### Work instruction
Lines of the material that include the string "IFCRELFILLSELEMENT" should be returned.

### Dataset records
--
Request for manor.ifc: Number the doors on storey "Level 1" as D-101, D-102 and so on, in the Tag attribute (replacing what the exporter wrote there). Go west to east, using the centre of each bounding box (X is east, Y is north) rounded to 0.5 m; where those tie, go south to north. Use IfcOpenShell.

First a look at what the model holds.

```python
import ifcopenshell
import ifcopenshell.util.element
import ifcopenshell.util.placement

model = ifcopenshell.open("manor.ifc")
print(model.schema)
storey = next(s for s in model.by_type("IfcBuildingStorey") if s.Name == "Level 1")
doors = [e for e in ifcopenshell.util.element.get_decomposition(storey) if e.is_a("IfcDoor")]
for e in sorted(doors, key=lambda e: e.id()):
    origin = ifcopenshell.util.placement.get_local_placement(e.ObjectPlacement)[:3, 3]
    print(e.id(), e.Tag, e.Name, origin.round(2) + 0.0, sep=" | ")
```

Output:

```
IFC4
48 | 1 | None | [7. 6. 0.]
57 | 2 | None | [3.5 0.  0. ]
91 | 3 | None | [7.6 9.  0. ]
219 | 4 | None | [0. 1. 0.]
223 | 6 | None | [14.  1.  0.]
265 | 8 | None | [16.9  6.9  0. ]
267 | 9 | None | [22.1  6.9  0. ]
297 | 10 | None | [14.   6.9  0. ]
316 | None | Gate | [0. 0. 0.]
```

```python
import ifcopenshell
import ifcopenshell.geom
import ifcopenshell.util.element
import ifcopenshell.util.shape

model = ifcopenshell.open("manor.ifc")
settings = ifcopenshell.geom.settings()
settings.set("use-world-coords", True)


def centre(element):
    shape = ifcopenshell.geom.create_shape(settings, element)
    return ifcopenshell.util.shape.get_bbox_centroid(shape.geometry)


storey = next(s for s in model.by_type("IfcBuildingStorey") if s.Name == "Level 1")
doors = [e for e in ifcopenshell.util.element.get_decomposition(storey) if e.is_a("IfcDoor")]

# Insertion points can sit at a corner or the storey origin, so sort by the geometry (in metres).
centres = {e: centre(e) for e in doors}
doors.sort(key=lambda e: (round(centres[e][0] / 0.5), centres[e][1]))

for i, e in enumerate(doors, start=1):
    number = f"D-1{i:02d}"
    e.Tag = number
    print(e.id(), number)

model.write("manor-out.ifc")
```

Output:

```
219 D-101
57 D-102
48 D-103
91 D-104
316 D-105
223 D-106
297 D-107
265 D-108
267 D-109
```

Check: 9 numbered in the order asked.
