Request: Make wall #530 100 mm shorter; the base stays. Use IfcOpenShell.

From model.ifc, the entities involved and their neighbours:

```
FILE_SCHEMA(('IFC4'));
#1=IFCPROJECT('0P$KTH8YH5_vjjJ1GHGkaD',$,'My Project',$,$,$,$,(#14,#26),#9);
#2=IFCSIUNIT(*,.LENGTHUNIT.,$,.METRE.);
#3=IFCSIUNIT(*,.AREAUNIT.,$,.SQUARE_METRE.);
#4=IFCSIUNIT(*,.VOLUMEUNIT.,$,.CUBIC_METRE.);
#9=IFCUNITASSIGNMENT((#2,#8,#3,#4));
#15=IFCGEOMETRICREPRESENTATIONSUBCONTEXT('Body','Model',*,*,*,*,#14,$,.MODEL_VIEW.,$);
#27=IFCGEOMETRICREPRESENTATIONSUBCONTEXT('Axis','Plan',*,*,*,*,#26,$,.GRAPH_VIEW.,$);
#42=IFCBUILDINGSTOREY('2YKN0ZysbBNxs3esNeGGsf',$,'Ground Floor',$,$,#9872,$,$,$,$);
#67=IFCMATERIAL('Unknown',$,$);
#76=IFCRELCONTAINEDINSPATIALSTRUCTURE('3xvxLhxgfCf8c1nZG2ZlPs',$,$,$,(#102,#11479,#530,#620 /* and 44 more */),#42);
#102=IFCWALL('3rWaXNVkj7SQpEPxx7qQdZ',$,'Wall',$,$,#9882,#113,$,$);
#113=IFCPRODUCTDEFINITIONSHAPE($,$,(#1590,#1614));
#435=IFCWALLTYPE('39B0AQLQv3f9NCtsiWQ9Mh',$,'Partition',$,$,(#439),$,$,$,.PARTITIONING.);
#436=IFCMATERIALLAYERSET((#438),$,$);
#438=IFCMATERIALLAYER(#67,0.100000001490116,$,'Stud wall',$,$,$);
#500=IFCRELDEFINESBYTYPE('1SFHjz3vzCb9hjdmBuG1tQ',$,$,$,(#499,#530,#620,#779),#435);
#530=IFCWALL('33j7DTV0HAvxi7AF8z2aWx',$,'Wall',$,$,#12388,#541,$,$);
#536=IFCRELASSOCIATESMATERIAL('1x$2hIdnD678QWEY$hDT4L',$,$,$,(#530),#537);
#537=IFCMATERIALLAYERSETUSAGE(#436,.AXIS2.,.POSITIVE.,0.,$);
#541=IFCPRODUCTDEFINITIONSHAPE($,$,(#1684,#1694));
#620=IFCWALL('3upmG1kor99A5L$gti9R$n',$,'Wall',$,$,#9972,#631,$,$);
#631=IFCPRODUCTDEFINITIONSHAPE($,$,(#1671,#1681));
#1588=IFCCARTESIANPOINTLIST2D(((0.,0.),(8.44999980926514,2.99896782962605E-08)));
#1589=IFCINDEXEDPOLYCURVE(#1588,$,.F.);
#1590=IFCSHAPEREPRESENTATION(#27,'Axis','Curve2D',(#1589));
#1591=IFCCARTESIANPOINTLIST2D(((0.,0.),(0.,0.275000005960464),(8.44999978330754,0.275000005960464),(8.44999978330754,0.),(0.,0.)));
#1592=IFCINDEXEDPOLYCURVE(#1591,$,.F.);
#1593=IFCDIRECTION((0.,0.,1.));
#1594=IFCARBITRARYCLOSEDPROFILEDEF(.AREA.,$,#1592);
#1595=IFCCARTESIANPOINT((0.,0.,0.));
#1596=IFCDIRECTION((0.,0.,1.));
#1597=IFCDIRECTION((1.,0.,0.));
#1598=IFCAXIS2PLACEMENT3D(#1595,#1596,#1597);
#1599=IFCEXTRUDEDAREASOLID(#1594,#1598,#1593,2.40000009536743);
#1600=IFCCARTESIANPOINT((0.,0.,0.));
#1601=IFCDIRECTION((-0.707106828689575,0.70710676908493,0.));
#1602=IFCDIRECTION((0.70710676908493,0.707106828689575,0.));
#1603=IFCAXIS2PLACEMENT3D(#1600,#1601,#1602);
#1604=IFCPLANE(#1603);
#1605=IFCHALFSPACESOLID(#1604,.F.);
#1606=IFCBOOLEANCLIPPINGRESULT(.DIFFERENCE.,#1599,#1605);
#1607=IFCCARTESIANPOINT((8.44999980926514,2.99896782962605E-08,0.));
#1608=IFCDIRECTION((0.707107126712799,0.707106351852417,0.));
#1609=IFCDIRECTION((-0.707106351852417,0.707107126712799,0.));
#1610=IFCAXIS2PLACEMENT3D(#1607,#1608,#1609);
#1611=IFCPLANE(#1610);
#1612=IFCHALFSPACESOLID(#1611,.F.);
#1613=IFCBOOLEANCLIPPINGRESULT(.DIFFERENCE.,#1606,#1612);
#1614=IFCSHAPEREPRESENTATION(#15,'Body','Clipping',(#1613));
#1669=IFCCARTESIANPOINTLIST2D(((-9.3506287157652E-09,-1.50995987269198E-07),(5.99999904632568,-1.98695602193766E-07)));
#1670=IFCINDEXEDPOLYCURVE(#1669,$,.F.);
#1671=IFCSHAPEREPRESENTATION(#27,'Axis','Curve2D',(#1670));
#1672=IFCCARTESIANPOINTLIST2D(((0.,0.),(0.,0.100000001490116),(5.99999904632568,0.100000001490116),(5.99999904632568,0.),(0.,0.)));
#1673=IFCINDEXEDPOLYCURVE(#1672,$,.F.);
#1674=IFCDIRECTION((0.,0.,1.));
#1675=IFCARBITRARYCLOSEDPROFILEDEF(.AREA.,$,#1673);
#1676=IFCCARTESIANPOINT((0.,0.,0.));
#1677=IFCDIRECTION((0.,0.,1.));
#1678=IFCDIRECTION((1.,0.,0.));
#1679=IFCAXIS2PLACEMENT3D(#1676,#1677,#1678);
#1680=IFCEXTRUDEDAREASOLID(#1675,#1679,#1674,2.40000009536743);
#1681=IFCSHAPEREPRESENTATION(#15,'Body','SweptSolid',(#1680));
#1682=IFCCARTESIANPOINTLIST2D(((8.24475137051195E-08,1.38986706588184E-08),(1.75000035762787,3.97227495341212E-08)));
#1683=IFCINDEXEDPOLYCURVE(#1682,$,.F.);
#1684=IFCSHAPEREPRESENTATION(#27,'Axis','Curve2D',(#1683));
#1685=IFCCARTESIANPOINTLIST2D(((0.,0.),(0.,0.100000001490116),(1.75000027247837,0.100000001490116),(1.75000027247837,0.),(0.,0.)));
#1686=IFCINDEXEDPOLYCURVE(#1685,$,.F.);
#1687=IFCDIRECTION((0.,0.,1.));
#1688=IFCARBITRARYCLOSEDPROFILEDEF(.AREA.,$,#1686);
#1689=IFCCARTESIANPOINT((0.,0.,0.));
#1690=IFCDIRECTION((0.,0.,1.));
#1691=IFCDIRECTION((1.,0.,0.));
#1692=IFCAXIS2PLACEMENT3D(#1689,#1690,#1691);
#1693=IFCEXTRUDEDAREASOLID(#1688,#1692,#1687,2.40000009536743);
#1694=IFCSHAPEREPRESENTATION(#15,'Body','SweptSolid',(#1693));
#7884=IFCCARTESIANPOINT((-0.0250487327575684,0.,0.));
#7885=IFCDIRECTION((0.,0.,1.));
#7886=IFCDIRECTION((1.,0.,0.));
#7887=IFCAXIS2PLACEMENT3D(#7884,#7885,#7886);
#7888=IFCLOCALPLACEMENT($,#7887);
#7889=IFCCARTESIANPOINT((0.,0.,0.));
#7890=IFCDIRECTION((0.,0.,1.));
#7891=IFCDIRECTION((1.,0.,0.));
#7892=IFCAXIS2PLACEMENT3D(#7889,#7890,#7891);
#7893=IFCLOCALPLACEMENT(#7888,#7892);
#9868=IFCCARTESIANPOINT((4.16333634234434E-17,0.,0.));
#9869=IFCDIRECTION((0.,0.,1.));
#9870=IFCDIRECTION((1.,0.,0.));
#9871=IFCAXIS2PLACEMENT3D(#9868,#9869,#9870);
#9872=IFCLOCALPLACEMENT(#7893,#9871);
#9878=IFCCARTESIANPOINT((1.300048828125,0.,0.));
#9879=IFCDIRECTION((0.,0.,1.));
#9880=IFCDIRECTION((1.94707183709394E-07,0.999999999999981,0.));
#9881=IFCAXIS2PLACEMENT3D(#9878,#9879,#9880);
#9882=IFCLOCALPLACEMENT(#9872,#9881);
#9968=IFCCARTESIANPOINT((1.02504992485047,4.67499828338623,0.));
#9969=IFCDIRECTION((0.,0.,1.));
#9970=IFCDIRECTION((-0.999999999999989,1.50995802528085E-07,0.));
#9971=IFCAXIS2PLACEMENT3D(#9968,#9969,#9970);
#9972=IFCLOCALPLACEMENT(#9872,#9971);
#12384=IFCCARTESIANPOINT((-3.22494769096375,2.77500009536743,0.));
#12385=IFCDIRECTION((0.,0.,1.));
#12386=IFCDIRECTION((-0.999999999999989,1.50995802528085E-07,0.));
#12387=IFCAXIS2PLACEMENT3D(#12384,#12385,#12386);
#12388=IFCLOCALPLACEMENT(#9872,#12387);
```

```python
import ifcopenshell
import ifcopenshell.geom
import ifcopenshell.util.representation
import ifcopenshell.util.shape

model = ifcopenshell.open("model.ifc")
settings = ifcopenshell.geom.settings()


def volume(element):
    """Net volume in cubic metres, openings subtracted."""
    shape = ifcopenshell.geom.create_shape(settings, element)
    return ifcopenshell.util.shape.get_volume(shape.geometry)


wall = model.by_id(530)
before = volume(wall)

body = ifcopenshell.util.representation.get_representation(wall, "Model", "Body")
solid = body.Items[0]
old_height = solid.Depth
solid.Depth -= 0.1
after = volume(wall)

print(f"height {old_height:g} -> {solid.Depth:g}, volume {before:.3f} -> {after:.3f} m3")

model.write("model_edited.ifc")
```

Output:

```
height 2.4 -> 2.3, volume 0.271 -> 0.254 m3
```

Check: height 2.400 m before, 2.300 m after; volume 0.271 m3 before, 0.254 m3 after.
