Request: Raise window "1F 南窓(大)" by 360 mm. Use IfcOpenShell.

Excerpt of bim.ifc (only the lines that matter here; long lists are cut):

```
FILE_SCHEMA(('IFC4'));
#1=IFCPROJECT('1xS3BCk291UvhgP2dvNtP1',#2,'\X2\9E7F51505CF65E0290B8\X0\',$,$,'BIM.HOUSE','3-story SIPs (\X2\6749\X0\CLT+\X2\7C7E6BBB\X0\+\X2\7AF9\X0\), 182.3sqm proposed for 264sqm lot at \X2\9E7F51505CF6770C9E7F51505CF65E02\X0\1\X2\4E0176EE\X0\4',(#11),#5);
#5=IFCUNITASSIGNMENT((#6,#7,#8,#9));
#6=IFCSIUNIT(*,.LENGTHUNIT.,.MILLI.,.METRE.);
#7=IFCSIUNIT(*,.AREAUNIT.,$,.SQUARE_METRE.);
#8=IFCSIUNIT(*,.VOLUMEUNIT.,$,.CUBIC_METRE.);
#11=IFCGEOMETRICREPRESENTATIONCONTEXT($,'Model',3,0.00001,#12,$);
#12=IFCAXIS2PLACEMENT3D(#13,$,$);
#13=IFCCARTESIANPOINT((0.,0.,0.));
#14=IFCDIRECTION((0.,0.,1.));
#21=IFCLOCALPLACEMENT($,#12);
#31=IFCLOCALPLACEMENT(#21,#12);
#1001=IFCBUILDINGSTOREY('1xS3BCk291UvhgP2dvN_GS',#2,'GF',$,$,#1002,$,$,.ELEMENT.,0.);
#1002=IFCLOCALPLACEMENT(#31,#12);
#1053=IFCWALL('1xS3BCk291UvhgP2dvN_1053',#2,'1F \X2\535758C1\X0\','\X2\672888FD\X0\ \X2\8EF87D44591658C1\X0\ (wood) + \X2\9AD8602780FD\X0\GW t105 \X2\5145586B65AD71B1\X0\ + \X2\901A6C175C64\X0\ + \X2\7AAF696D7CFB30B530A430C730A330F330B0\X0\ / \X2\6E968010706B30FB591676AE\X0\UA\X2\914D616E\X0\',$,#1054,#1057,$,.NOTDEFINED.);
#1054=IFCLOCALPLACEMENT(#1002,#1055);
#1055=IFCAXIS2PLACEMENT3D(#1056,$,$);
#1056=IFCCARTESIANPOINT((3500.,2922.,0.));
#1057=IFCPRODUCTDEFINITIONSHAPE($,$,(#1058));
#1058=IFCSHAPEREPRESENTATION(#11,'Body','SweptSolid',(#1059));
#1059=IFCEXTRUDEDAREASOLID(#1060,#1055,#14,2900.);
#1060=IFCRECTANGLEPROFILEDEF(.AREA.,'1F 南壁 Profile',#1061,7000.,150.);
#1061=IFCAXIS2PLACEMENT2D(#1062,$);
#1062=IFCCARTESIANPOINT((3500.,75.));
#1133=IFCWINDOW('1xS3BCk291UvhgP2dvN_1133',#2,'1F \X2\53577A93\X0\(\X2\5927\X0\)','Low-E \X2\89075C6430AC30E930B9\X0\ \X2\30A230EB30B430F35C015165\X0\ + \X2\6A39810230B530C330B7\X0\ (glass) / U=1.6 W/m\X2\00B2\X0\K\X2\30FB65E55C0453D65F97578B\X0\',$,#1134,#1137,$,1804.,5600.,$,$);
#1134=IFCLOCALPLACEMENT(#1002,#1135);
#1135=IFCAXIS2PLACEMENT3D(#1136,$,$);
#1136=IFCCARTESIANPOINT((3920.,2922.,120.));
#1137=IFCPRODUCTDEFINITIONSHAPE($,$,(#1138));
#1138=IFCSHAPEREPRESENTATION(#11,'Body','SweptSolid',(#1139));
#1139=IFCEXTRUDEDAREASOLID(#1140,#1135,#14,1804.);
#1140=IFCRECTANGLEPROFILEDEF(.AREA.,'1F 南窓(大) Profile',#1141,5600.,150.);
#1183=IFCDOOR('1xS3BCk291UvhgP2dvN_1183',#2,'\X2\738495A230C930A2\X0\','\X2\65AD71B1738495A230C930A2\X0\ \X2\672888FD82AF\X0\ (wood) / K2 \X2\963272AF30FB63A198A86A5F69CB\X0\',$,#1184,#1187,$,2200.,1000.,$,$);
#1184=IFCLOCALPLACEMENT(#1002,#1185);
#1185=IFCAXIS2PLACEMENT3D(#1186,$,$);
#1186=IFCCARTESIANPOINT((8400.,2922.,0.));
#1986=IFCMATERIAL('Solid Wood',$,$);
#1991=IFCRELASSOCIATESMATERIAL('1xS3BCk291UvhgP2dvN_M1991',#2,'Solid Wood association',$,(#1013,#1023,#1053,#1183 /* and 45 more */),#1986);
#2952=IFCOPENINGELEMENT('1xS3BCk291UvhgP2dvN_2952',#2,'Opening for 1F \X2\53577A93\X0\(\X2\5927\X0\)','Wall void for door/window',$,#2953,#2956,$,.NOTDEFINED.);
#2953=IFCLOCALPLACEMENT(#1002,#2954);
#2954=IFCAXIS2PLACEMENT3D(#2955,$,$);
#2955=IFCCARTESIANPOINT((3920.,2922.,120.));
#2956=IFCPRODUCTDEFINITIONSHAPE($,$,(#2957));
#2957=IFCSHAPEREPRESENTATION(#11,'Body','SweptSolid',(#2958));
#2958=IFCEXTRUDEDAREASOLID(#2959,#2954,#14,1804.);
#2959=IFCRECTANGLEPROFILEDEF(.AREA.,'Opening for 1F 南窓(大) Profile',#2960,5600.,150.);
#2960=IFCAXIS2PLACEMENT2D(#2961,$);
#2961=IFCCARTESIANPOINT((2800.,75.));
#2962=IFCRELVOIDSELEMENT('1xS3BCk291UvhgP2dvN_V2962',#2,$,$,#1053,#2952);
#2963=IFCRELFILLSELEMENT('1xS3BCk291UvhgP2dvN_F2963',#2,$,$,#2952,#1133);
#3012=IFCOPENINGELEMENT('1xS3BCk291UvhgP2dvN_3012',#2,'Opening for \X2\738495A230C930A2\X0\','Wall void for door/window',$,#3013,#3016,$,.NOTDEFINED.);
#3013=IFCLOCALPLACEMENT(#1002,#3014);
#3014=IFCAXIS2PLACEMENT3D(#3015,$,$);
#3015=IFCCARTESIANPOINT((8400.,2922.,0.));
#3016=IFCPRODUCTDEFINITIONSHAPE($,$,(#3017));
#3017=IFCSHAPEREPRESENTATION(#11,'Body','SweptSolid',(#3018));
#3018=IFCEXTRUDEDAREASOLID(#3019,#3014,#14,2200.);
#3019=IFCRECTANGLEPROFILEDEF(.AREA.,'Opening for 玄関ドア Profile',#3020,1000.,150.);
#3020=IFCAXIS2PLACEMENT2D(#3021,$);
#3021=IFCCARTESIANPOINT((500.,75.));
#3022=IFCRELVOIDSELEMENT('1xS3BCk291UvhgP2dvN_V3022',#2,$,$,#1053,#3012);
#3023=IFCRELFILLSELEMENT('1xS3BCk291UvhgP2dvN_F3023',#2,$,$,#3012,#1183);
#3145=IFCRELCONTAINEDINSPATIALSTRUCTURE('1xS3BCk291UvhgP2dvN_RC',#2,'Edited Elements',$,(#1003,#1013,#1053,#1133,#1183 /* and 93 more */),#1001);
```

```python
import numpy as np
import ifcopenshell
import ifcopenshell.api.geometry
import ifcopenshell.util.placement
import ifcopenshell.util.unit

model = ifcopenshell.open("bim.ifc")
unit_scale = ifcopenshell.util.unit.calculate_unit_scale(model)

window = model.by_guid("1xS3BCk291UvhgP2dvN_1133")
opening = window.FillsVoids[0].RelatingOpeningElement
dz = 360.0

shift = np.array([0.0, 0.0, dz])
# The window is not placed relative to its opening, so move both.
for product in (opening, window):
    matrix = ifcopenshell.util.placement.get_local_placement(product.ObjectPlacement)
    matrix[:3, 3] += shift
    ifcopenshell.api.geometry.edit_object_placement(model, product=product, matrix=matrix, is_si=False)

print(f"moved by {dz * unit_scale:+.3f} m")

model.write("bim-out.ifc")
```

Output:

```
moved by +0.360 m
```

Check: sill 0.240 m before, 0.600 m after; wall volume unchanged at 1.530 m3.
--
### Answer box
#2963=IFCRELFILLSELEMENT('1xS3BCk291UvhgP2dvN_F2963',#2,$,$,#2952,#1133);
#3023=IFCRELFILLSELEMENT('1xS3BCk291UvhgP2dvN_F3023',#2,$,$,#3012,#1183);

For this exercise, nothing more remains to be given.